EXERCISE PROMPT
The expected output is each line in the data below that includes the string "more".

(Collected data entries)
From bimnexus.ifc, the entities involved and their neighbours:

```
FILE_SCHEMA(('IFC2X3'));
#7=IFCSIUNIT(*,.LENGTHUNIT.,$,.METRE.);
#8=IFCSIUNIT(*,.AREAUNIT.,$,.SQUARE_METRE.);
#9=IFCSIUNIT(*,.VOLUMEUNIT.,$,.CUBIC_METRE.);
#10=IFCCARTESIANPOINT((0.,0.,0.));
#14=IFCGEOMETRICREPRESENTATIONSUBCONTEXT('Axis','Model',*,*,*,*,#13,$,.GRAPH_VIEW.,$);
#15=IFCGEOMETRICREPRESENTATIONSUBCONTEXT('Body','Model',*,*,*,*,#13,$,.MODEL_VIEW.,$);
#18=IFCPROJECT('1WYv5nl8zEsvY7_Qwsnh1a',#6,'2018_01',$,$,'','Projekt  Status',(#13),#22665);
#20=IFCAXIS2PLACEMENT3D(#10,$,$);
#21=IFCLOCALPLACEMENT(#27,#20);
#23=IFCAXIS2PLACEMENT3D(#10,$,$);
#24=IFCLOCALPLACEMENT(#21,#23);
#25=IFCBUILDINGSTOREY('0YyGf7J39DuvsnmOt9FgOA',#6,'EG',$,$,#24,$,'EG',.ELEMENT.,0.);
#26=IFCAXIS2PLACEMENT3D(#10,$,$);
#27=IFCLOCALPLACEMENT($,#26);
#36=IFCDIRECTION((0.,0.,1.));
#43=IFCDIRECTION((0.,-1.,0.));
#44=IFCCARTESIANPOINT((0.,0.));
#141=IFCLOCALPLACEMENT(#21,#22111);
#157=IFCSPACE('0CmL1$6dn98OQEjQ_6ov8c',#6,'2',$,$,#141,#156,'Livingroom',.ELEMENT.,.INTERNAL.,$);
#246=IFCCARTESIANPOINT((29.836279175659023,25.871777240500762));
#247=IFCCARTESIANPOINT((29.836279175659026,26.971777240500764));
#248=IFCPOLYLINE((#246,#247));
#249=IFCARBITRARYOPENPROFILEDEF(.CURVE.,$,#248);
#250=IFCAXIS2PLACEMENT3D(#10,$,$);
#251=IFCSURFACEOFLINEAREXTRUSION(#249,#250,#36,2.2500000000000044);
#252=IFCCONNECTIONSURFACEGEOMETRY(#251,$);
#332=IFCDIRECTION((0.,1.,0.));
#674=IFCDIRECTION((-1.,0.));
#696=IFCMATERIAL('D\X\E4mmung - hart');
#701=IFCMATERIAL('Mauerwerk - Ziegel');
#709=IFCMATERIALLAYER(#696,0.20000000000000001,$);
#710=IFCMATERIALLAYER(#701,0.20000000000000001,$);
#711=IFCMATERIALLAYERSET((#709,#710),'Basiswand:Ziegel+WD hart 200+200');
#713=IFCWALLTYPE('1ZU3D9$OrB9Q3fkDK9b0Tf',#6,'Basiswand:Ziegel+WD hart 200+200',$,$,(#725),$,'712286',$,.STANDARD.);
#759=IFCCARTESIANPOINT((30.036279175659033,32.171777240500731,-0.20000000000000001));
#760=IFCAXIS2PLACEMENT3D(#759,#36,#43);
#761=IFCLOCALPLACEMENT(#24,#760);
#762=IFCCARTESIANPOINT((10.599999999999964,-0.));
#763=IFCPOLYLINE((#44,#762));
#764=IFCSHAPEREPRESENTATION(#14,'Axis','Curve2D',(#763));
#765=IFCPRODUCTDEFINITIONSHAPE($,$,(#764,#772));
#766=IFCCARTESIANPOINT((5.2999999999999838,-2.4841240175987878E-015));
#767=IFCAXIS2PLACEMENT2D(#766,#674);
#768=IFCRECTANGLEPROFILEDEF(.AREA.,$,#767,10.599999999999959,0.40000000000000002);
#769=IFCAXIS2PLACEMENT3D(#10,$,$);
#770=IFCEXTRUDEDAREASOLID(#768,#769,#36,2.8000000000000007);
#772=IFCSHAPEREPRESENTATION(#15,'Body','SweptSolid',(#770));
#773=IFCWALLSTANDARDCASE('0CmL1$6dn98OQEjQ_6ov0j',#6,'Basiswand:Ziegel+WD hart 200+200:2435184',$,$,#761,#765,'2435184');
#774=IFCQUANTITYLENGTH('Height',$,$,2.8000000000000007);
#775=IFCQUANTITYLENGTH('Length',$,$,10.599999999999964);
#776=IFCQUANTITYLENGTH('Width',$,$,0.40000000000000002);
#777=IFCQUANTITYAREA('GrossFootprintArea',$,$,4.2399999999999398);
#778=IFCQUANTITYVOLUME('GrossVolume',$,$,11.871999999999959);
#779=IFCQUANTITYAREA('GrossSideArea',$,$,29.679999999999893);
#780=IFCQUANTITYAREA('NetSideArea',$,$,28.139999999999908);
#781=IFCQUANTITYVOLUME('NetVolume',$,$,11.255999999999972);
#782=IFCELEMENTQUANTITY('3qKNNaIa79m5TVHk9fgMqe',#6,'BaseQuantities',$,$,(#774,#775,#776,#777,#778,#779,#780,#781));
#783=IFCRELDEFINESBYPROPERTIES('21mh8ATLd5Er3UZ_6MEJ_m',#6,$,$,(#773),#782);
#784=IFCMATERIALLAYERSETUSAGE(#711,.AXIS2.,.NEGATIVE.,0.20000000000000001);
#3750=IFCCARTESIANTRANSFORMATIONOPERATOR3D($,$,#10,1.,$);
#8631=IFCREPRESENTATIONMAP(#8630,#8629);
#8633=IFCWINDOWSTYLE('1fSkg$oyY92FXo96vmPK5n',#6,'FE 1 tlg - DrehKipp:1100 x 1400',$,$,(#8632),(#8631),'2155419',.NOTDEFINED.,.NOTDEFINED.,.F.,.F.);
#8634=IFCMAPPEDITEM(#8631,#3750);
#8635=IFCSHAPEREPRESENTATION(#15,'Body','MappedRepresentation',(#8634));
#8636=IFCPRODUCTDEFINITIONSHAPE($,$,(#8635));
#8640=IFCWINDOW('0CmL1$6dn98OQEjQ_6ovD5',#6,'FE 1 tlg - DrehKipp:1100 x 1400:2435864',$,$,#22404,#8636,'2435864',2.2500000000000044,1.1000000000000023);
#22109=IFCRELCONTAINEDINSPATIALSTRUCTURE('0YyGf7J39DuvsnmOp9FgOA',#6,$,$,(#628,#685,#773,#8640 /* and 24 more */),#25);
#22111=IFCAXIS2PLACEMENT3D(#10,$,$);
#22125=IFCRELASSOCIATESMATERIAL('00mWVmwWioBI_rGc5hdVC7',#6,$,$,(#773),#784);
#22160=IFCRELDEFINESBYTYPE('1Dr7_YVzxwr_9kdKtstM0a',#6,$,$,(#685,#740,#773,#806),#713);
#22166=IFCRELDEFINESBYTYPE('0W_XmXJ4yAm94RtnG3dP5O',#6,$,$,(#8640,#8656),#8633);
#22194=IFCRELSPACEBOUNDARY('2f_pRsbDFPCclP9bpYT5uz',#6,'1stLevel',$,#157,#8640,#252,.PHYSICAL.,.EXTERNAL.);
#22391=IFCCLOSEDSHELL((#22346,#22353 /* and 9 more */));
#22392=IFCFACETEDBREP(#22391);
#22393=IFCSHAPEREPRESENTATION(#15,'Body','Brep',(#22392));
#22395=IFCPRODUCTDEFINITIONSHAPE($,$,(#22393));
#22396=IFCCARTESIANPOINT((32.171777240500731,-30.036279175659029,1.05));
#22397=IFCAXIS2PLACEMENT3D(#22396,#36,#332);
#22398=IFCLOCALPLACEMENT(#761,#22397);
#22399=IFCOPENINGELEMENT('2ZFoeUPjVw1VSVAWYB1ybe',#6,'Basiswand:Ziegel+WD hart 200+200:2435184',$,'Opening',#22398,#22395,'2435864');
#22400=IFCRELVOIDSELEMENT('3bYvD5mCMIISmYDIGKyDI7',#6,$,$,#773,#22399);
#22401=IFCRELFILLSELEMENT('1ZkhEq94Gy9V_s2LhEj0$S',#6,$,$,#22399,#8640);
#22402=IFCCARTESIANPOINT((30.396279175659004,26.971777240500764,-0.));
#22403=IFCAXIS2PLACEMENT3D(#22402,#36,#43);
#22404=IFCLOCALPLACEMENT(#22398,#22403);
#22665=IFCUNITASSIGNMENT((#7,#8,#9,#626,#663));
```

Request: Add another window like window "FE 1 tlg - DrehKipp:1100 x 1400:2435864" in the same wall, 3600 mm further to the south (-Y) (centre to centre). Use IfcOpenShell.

```python
import numpy as np
import ifcopenshell
import ifcopenshell.api.feature
import ifcopenshell.api.geometry
import ifcopenshell.api.pset
import ifcopenshell.api.root
import ifcopenshell.geom
import ifcopenshell.util.element
import ifcopenshell.util.placement
import ifcopenshell.util.shape
import ifcopenshell.util.unit

model = ifcopenshell.open("bimnexus.ifc")
unit_scale = ifcopenshell.util.unit.calculate_unit_scale(model)
area_scale = ifcopenshell.util.unit.calculate_unit_scale(model, "AREAUNIT")
volume_scale = ifcopenshell.util.unit.calculate_unit_scale(model, "VOLUMEUNIT")
settings = ifcopenshell.geom.settings()


def volume(element):
    """Net volume in cubic metres, openings subtracted."""
    shape = ifcopenshell.geom.create_shape(settings, element)
    return ifcopenshell.util.shape.get_volume(shape.geometry)


def reuse_history(source, copy):
    """copy_class also copies each property set's owner history, people and application; keep the originals."""
    for rel in copy.IsDefinedBy:
        if rel.is_a("IfcRelDefinesByProperties") and (history := rel.RelatingPropertyDefinition.OwnerHistory):
            rel.RelatingPropertyDefinition.OwnerHistory = source.OwnerHistory
            ifcopenshell.util.element.remove_deep2(model, history)


window = model.by_guid("0CmL1$6dn98OQEjQ_6ovD5")
opening = window.FillsVoids[0].RelatingOpeningElement
wall = opening.VoidsElements[0].RelatingBuildingElement
before = volume(wall)
shift = ifcopenshell.util.placement.get_local_placement(wall.ObjectPlacement)[:3, 0] * 3.6 / unit_scale

# copy_class copies the void relationship, type, container and properties, but no geometry.
new_opening = ifcopenshell.api.root.copy_class(model, product=opening)
new_opening.Representation = ifcopenshell.util.element.copy_deep(
    model, opening.Representation, exclude=["IfcGeometricRepresentationContext", "IfcRepresentationMap"]
)
new_opening.Name = "Basiswand:Ziegel+WD hart 200+200"
new_opening.Tag = None
new_window = ifcopenshell.api.root.copy_class(model, product=window)
new_window.Representation = ifcopenshell.util.element.copy_deep(
    model, window.Representation, exclude=["IfcGeometricRepresentationContext", "IfcRepresentationMap"]
)
new_window.Name = "FE 1 tlg - DrehKipp:1100 x 1400"
new_window.Tag = None
reuse_history(window, new_window)
fills = ifcopenshell.api.feature.add_filling(model, opening=new_opening, element=new_window)
fills.OwnerHistory = new_window.OwnerHistory  # required in IFC2X3

for old, new in ((opening, new_opening), (window, new_window)):
    matrix = ifcopenshell.util.placement.get_local_placement(old.ObjectPlacement)
    matrix[:3, 3] += shift
    ifcopenshell.api.geometry.edit_object_placement(model, product=new, matrix=matrix, is_si=False)

# The copied space boundaries still share their surfaces with the original.
for rel in new_window.ProvidesBoundaries:
    if rel.ConnectionGeometry:
        rel.ConnectionGeometry = ifcopenshell.util.element.copy_deep(model, rel.ConnectionGeometry)

# Space boundary surfaces are stored in each space's coordinates; move them too.
for rel in new_window.ProvidesBoundaries:
    if not rel.ConnectionGeometry:
        continue
    surface = rel.ConnectionGeometry.SurfaceOnRelatingElement
    space_matrix = ifcopenshell.util.placement.get_local_placement(rel.RelatingSpace.ObjectPlacement)
    point = np.array(surface.Position.Location.Coordinates) + space_matrix[:3, :3].T @ shift
    surface.Position = model.createIfcAxis2Placement3D(
        model.createIfcCartesianPoint(point.tolist()), surface.Position.Axis, surface.Position.RefDirection
    )

after = volume(wall)
thickness = 0.4  # wall thickness in metres

# Update the wall's stored quantities.
qto = model.by_id(ifcopenshell.util.element.get_pset(wall, "BaseQuantities", should_inherit=False)["id"])
ifcopenshell.api.pset.edit_qto(model, qto=qto, properties={
    "NetSideArea": after / thickness / area_scale,
    "NetVolume": after / volume_scale,
})

print(f"wall volume {before:.3f} -> {after:.3f} m3")

model.write("bimnexus-out.ifc")
```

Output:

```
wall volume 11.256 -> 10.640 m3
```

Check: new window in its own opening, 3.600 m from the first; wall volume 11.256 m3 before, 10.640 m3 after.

ANSWER SECTION
#22109=IFCRELCONTAINEDINSPATIALSTRUCTURE('0YyGf7J39DuvsnmOp9FgOA',#6,$,$,(#628,#685,#773,#8640 /* and 24 more */),#25);
#22391=IFCCLOSEDSHELL((#22346,#22353 /* and 9 more */));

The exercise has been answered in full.